China sees new world order with oil benchmark backed by gold - mbgaxyz
https://asia.nikkei.com/Markets/Commodities/China-sees-new-world-order-with-oil-benchmark-backed-by-gold
======
drawkbox
A gold backed currency, rather than a fiat currency, gives control to a
physical resource. The ones who control the physical resource and mining
dictate the market. It is a very bad idea but probably good for the biggest
gold producers in the world, they happen to be China, Russia and Australia (US
is #4) [1].

A non-fiat currency is a single point of failure and since it is locked to a
physical resource, it will cause many economic downturns with no lever to
adjust.
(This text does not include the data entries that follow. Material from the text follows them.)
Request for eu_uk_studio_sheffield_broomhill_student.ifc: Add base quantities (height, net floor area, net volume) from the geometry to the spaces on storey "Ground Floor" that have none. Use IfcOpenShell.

First a look at what the model holds.

```python
import ifcopenshell
import ifcopenshell.util.element
import ifcopenshell.util.unit

model = ifcopenshell.open("eu_uk_studio_sheffield_broomhill_student.ifc")
print(model.schema)
for unit_type in ("LENGTHUNIT", "AREAUNIT", "VOLUMEUNIT"):
    print(unit_type, ifcopenshell.util.unit.calculate_unit_scale(model, unit_type))
storey = next(s for s in model.by_type("IfcBuildingStorey") if s.Name == "Ground Floor")
spaces = [e for e in ifcopenshell.util.element.get_decomposition(storey) if e.is_a("IfcSpace")]
for e in sorted(spaces, key=lambda e: e.id()):
    print(e.id(), e.is_a(), e.Name, list(ifcopenshell.util.element.get_psets(e, qtos_only=True)), sep=" | ")
```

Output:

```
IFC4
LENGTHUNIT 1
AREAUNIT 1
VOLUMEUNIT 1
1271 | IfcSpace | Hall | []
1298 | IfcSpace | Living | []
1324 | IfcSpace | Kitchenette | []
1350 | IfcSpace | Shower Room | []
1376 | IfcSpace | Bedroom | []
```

```python
import ifcopenshell
import ifcopenshell.api.pset
import ifcopenshell.geom
import ifcopenshell.util.element
import ifcopenshell.util.shape
import ifcopenshell.util.unit

model = ifcopenshell.open("eu_uk_studio_sheffield_broomhill_student.ifc")
unit_scale = ifcopenshell.util.unit.calculate_unit_scale(model)
area_scale = ifcopenshell.util.unit.calculate_unit_scale(model, "AREAUNIT")
volume_scale = ifcopenshell.util.unit.calculate_unit_scale(model, "VOLUMEUNIT")
settings = ifcopenshell.geom.settings()

storey = next(s for s in model.by_type("IfcBuildingStorey") if s.Name == "Ground Floor")
spaces = [e for e in ifcopenshell.util.element.get_decomposition(storey) if e.is_a("IfcSpace")]

for e in sorted(spaces, key=lambda e: e.id()):
    if ifcopenshell.util.element.get_psets(e, qtos_only=True, should_inherit=False):
        continue
    # Geometry comes back in metres, in the element's own axes.
    shape = ifcopenshell.geom.create_shape(settings, e)
    values = {
        "Height": ifcopenshell.util.shape.get_z(shape.geometry) / unit_scale,
        "NetFloorArea": ifcopenshell.util.shape.get_footprint_area(shape.geometry) / area_scale,
        "NetVolume": ifcopenshell.util.shape.get_volume(shape.geometry) / volume_scale,
    }
    qto = ifcopenshell.api.pset.add_qto(model, product=e, name="Qto_SpaceBaseQuantities")
    ifcopenshell.api.pset.edit_qto(model, qto=qto, properties=values)
    print(e.id(), {k: round(v, 3) for k, v in values.items()})

model.write("eu_uk_studio_sheffield_broomhill_student-out.ifc")
```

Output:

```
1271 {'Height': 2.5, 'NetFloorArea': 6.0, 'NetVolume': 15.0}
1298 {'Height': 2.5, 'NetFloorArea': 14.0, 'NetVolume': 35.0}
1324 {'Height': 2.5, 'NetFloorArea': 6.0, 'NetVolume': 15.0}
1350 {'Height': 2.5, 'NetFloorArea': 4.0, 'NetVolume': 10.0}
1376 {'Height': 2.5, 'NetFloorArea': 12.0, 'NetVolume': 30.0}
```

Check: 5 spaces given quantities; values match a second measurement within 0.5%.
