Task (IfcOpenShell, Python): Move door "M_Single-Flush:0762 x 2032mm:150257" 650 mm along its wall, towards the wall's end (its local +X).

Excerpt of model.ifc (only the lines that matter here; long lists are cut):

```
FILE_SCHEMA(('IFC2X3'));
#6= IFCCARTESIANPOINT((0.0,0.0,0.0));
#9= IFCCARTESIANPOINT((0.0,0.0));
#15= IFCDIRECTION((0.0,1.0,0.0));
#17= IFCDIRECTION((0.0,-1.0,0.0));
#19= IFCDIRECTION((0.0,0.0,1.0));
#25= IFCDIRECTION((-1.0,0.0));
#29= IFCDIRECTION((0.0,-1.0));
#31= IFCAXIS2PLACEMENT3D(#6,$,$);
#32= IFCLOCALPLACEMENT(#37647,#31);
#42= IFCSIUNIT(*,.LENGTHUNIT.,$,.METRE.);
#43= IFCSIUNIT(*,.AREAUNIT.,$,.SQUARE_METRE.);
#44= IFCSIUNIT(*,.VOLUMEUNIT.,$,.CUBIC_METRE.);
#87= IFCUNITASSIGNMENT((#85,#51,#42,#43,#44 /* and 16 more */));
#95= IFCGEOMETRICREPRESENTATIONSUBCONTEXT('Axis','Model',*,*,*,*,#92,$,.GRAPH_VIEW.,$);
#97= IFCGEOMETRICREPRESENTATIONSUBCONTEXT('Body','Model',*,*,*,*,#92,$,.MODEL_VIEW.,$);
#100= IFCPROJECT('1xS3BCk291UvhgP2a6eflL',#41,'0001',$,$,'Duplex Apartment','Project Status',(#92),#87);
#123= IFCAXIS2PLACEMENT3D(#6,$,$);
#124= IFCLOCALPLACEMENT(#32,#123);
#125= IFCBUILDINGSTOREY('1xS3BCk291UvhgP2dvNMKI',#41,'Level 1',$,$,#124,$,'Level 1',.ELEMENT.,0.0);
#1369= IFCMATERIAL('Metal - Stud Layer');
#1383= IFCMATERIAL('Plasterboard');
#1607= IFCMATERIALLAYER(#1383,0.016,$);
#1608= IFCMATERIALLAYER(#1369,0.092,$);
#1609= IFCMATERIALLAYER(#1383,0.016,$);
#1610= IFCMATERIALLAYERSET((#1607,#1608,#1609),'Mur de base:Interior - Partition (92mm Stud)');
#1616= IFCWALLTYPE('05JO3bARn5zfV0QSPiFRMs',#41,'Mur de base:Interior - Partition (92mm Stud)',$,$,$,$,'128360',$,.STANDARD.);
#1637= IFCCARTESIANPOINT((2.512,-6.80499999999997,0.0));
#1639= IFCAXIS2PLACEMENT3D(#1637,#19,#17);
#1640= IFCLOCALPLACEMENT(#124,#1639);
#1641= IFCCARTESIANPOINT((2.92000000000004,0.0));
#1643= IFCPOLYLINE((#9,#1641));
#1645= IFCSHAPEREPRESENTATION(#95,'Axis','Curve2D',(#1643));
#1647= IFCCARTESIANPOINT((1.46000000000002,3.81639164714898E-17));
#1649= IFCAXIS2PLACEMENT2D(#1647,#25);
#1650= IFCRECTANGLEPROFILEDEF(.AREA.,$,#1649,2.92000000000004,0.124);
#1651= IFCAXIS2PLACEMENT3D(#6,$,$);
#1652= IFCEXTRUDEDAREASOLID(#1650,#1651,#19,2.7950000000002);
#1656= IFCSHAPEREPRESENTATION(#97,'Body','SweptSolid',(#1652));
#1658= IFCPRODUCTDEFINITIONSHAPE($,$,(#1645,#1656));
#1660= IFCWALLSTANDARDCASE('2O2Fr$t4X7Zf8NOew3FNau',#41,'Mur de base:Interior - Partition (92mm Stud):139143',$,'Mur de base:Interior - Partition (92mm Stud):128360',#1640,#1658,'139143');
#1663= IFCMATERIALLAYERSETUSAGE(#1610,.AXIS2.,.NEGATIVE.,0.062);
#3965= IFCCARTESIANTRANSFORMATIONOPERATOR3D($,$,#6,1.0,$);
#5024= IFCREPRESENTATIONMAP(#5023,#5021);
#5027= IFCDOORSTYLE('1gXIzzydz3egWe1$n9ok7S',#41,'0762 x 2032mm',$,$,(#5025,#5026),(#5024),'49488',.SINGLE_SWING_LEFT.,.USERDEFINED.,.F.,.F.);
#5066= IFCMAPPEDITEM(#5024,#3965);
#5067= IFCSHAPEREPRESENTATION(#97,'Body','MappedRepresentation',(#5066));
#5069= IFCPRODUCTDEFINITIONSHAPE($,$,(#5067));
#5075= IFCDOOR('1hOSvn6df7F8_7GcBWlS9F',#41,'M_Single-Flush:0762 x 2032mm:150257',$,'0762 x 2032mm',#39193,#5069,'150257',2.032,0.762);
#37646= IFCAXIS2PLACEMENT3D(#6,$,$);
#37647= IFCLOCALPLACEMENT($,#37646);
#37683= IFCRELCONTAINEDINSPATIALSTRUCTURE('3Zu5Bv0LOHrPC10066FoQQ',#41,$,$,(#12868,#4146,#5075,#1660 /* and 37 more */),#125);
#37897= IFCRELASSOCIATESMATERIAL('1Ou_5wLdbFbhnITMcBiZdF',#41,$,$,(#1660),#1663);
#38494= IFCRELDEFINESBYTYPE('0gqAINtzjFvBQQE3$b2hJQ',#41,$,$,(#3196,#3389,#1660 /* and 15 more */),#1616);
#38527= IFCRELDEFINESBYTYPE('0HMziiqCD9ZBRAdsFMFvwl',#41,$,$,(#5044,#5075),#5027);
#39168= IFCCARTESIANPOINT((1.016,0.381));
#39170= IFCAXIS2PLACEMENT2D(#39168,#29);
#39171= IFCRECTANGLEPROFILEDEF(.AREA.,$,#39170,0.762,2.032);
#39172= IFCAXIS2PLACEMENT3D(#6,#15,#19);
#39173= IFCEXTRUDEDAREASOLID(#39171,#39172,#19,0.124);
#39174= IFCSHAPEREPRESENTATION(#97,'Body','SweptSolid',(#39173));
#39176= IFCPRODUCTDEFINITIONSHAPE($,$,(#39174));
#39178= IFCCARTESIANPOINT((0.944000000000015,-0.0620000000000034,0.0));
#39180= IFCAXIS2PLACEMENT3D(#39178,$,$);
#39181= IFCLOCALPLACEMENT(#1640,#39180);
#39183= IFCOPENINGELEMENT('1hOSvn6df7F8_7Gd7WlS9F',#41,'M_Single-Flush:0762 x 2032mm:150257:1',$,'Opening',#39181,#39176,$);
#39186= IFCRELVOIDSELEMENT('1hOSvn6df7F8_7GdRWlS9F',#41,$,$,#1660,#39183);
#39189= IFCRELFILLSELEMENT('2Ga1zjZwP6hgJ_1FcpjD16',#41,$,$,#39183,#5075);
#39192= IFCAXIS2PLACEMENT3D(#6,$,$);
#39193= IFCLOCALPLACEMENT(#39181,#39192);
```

```python
import ifcopenshell
import ifcopenshell.api.geometry
import ifcopenshell.util.placement
import ifcopenshell.util.unit

model = ifcopenshell.open("model.ifc")
unit_scale = ifcopenshell.util.unit.calculate_unit_scale(model)

door = model.by_id(5075)
opening = door.FillsVoids[0].RelatingOpeningElement
wall = opening.VoidsElements[0].RelatingBuildingElement

wall_matrix = ifcopenshell.util.placement.get_local_placement(wall.ObjectPlacement)
shift = wall_matrix[:3, 0] * 0.65 / unit_scale
before = ifcopenshell.util.placement.get_local_placement(door.ObjectPlacement)[:3, 3].copy()

# The door is placed relative to its opening, so it follows when the opening moves.
matrix = ifcopenshell.util.placement.get_local_placement(opening.ObjectPlacement)
matrix[:3, 3] += shift
ifcopenshell.api.geometry.edit_object_placement(
    model, product=opening, matrix=matrix, is_si=False, should_transform_children=True
)

after = ifcopenshell.util.placement.get_local_placement(door.ObjectPlacement)[:3, 3]
print("door moved by", (after - before).round(3) + 0.0)

model.write("model_rev.ifc")
```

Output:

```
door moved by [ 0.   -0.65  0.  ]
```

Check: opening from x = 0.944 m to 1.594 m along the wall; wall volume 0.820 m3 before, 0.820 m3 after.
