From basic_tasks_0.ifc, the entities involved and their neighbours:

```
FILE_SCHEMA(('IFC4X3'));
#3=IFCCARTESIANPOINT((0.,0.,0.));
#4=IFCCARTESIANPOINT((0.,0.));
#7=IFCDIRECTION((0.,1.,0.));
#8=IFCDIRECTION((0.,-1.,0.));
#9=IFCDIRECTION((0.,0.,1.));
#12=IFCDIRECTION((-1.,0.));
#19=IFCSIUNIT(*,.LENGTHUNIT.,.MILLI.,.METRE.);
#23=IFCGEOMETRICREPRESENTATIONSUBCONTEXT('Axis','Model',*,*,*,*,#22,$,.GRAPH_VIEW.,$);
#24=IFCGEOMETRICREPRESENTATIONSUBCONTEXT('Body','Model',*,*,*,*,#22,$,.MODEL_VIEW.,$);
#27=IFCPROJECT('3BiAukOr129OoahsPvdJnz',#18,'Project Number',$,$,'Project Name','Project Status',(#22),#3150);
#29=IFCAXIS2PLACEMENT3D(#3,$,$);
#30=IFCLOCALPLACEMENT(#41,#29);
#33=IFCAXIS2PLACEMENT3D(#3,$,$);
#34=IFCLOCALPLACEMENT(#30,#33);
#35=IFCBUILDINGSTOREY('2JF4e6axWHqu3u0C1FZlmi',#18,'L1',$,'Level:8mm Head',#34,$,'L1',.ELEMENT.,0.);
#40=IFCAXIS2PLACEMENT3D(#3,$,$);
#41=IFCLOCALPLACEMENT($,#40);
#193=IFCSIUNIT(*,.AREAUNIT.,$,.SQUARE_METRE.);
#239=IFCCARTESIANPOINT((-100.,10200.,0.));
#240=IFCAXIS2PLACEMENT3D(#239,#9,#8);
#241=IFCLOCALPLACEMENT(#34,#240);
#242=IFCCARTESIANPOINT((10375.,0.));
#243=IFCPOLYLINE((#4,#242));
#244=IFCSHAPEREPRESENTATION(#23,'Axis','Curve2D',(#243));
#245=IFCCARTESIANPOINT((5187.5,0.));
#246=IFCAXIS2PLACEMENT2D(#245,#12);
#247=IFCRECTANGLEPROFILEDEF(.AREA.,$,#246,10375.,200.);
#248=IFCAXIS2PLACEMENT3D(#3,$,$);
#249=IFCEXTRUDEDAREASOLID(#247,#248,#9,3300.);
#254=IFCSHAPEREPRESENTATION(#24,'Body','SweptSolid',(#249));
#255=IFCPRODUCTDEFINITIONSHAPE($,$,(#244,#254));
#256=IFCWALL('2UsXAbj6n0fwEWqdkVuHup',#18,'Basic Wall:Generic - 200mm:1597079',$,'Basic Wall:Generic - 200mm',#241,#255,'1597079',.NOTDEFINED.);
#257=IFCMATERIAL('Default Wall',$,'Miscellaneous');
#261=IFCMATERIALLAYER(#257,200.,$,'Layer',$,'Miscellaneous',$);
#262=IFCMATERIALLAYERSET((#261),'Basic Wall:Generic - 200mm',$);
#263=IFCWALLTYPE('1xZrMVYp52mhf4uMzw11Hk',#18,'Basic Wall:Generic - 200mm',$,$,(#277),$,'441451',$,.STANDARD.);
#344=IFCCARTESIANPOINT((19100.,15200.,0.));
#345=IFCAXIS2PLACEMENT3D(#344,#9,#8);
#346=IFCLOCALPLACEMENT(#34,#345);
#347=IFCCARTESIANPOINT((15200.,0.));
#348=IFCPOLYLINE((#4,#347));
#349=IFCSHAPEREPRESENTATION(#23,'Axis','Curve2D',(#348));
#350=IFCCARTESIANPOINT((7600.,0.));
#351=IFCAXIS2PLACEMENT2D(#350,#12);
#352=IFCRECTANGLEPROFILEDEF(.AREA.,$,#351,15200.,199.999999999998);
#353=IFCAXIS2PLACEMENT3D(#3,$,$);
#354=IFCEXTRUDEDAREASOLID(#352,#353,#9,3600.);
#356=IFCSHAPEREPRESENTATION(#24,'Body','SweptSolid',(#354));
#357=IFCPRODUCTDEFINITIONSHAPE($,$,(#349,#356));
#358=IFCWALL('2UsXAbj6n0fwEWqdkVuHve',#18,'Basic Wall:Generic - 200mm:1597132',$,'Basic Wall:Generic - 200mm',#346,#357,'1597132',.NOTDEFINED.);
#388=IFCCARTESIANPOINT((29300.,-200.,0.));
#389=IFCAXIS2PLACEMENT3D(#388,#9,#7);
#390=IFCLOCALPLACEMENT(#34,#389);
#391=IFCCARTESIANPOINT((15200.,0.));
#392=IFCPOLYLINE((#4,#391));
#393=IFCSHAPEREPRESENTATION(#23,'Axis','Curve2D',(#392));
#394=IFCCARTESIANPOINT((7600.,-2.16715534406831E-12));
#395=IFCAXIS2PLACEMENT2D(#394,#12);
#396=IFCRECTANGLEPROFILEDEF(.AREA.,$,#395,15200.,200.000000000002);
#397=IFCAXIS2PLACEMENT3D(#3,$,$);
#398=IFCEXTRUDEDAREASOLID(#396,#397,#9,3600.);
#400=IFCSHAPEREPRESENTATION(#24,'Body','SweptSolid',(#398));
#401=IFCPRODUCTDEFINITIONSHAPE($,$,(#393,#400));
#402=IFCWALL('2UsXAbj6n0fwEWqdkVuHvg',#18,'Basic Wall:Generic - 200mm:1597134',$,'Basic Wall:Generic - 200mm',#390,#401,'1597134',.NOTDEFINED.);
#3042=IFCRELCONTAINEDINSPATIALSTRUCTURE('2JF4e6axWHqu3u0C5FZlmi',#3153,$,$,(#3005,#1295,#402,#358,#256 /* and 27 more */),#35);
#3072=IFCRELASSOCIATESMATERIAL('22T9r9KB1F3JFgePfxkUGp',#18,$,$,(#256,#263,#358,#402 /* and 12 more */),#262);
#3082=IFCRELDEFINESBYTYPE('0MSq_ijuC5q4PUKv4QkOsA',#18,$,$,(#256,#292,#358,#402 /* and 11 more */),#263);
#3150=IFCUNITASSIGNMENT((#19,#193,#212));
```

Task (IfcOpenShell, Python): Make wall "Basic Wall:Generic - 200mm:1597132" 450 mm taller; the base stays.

```python
import ifcopenshell
import ifcopenshell.geom
import ifcopenshell.util.representation
import ifcopenshell.util.shape
import ifcopenshell.util.unit

model = ifcopenshell.open("basic_tasks_0.ifc")
unit_scale = ifcopenshell.util.unit.calculate_unit_scale(model)
settings = ifcopenshell.geom.settings()


def volume(element):
    """Net volume in cubic metres, openings subtracted."""
    shape = ifcopenshell.geom.create_shape(settings, element)
    return ifcopenshell.util.shape.get_volume(shape.geometry)


wall = model.by_guid("2UsXAbj6n0fwEWqdkVuHve")
before = volume(wall)

body = ifcopenshell.util.representation.get_representation(wall, "Model", "Body")
solid = body.Items[0]
old_height = solid.Depth
solid.Depth += 0.45 / unit_scale
after = volume(wall)

print(f"height {old_height:g} -> {solid.Depth:g}, volume {before:.3f} -> {after:.3f} m3")

model.write("basic_tasks_0_updated.ifc")
```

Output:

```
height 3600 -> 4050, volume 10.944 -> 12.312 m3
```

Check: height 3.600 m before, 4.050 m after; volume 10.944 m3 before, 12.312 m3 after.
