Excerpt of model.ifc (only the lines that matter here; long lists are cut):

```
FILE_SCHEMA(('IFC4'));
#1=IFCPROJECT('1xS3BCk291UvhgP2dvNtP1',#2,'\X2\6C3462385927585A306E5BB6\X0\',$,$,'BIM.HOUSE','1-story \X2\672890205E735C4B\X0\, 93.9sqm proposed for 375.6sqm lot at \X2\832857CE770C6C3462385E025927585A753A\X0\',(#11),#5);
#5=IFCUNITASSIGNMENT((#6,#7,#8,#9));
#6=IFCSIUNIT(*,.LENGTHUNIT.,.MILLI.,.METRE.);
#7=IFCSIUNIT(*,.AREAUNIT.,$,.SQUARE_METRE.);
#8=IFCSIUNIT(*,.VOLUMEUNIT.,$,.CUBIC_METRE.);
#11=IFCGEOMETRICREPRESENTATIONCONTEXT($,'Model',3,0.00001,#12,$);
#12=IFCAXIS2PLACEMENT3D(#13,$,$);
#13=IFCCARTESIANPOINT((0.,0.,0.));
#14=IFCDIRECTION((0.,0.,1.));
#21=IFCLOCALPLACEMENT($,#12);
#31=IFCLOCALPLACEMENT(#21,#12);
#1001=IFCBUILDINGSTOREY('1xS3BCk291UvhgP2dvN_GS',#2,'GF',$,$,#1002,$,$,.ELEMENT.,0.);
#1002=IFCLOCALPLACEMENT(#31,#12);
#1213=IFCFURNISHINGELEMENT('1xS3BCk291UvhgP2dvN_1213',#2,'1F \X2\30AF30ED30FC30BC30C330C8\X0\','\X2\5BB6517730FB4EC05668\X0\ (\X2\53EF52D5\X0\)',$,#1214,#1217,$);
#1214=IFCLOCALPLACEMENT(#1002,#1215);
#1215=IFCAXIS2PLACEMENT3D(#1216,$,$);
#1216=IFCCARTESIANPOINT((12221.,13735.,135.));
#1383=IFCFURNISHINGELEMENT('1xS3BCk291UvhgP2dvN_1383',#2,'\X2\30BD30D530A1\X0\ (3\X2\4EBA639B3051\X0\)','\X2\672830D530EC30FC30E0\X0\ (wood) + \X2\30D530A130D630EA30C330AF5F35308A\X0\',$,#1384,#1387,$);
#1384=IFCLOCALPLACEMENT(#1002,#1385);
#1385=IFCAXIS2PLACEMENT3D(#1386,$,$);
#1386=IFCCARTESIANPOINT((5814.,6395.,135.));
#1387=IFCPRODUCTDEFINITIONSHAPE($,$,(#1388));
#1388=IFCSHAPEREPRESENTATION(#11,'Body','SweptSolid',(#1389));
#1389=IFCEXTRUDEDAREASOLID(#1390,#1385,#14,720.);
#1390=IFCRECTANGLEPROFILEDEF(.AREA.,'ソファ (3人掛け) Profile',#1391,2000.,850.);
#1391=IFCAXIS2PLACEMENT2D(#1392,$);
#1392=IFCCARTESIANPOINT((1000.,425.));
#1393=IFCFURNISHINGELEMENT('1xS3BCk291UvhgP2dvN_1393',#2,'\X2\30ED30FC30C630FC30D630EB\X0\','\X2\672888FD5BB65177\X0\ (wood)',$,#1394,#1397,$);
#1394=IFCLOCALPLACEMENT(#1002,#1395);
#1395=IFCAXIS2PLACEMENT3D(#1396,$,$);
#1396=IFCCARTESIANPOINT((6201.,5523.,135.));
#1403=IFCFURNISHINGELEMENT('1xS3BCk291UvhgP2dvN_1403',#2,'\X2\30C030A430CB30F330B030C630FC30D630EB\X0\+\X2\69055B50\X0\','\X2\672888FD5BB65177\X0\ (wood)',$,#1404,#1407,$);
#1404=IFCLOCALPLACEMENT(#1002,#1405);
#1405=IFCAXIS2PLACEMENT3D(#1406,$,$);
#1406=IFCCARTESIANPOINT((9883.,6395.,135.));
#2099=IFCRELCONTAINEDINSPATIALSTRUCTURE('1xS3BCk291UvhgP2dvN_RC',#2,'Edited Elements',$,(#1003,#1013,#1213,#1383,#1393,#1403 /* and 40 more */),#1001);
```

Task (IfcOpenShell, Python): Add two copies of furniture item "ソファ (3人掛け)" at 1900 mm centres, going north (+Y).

```python
import numpy as np
import ifcopenshell
import ifcopenshell.api.geometry
import ifcopenshell.api.root
import ifcopenshell.util.element
import ifcopenshell.util.placement

model = ifcopenshell.open("model.ifc")


def reuse_history(source, copy):
    """copy_class also copies each property set's owner history, people and application; keep the originals."""
    for rel in copy.IsDefinedBy:
        if rel.is_a("IfcRelDefinesByProperties") and (history := rel.RelatingPropertyDefinition.OwnerHistory):
            rel.RelatingPropertyDefinition.OwnerHistory = source.OwnerHistory
            ifcopenshell.util.element.remove_deep2(model, history)


source = model.by_guid("1xS3BCk291UvhgP2dvN_1383")
base = ifcopenshell.util.placement.get_local_placement(source.ObjectPlacement)
step = np.array([0.0, 1.0, 0.0]) * 1900.0

for i in range(1, 3):
    copy = ifcopenshell.api.root.copy_class(model, product=source)
    copy.Representation = ifcopenshell.util.element.copy_deep(
        model, source.Representation, exclude=["IfcGeometricRepresentationContext", "IfcRepresentationMap"]
    )
    reuse_history(source, copy)
    matrix = base.copy()
    matrix[:3, 3] += i * step
    print("added at", matrix[:3, 3].round(3) + 0.0)
    ifcopenshell.api.geometry.edit_object_placement(model, product=copy, matrix=matrix, is_si=False)

model.write("model-out.ifc")
```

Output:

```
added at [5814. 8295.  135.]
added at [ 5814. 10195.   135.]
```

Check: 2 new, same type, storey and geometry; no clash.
If a gold backed petro currency or oil is backed by gold, crypto
currencies will explode exponentially.

[1]
[https://en.wikipedia.org/wiki/List_of_countries_by_gold_prod...](https://en.wikipedia.org/wiki/List_of_countries_by_gold_production)

------
njarboe
"China's move will allow exporters such as Russia and Iran to circumvent U.S.
sanctions by trading in yuan. To further entice trade, China says the yuan
will be fully convertible into gold on exchanges in Shanghai and Hong Kong."

It is not clear if the gold conversion can be into physical gold and shipped
out of China. I would tend to doubt it, but would be a big deal if true.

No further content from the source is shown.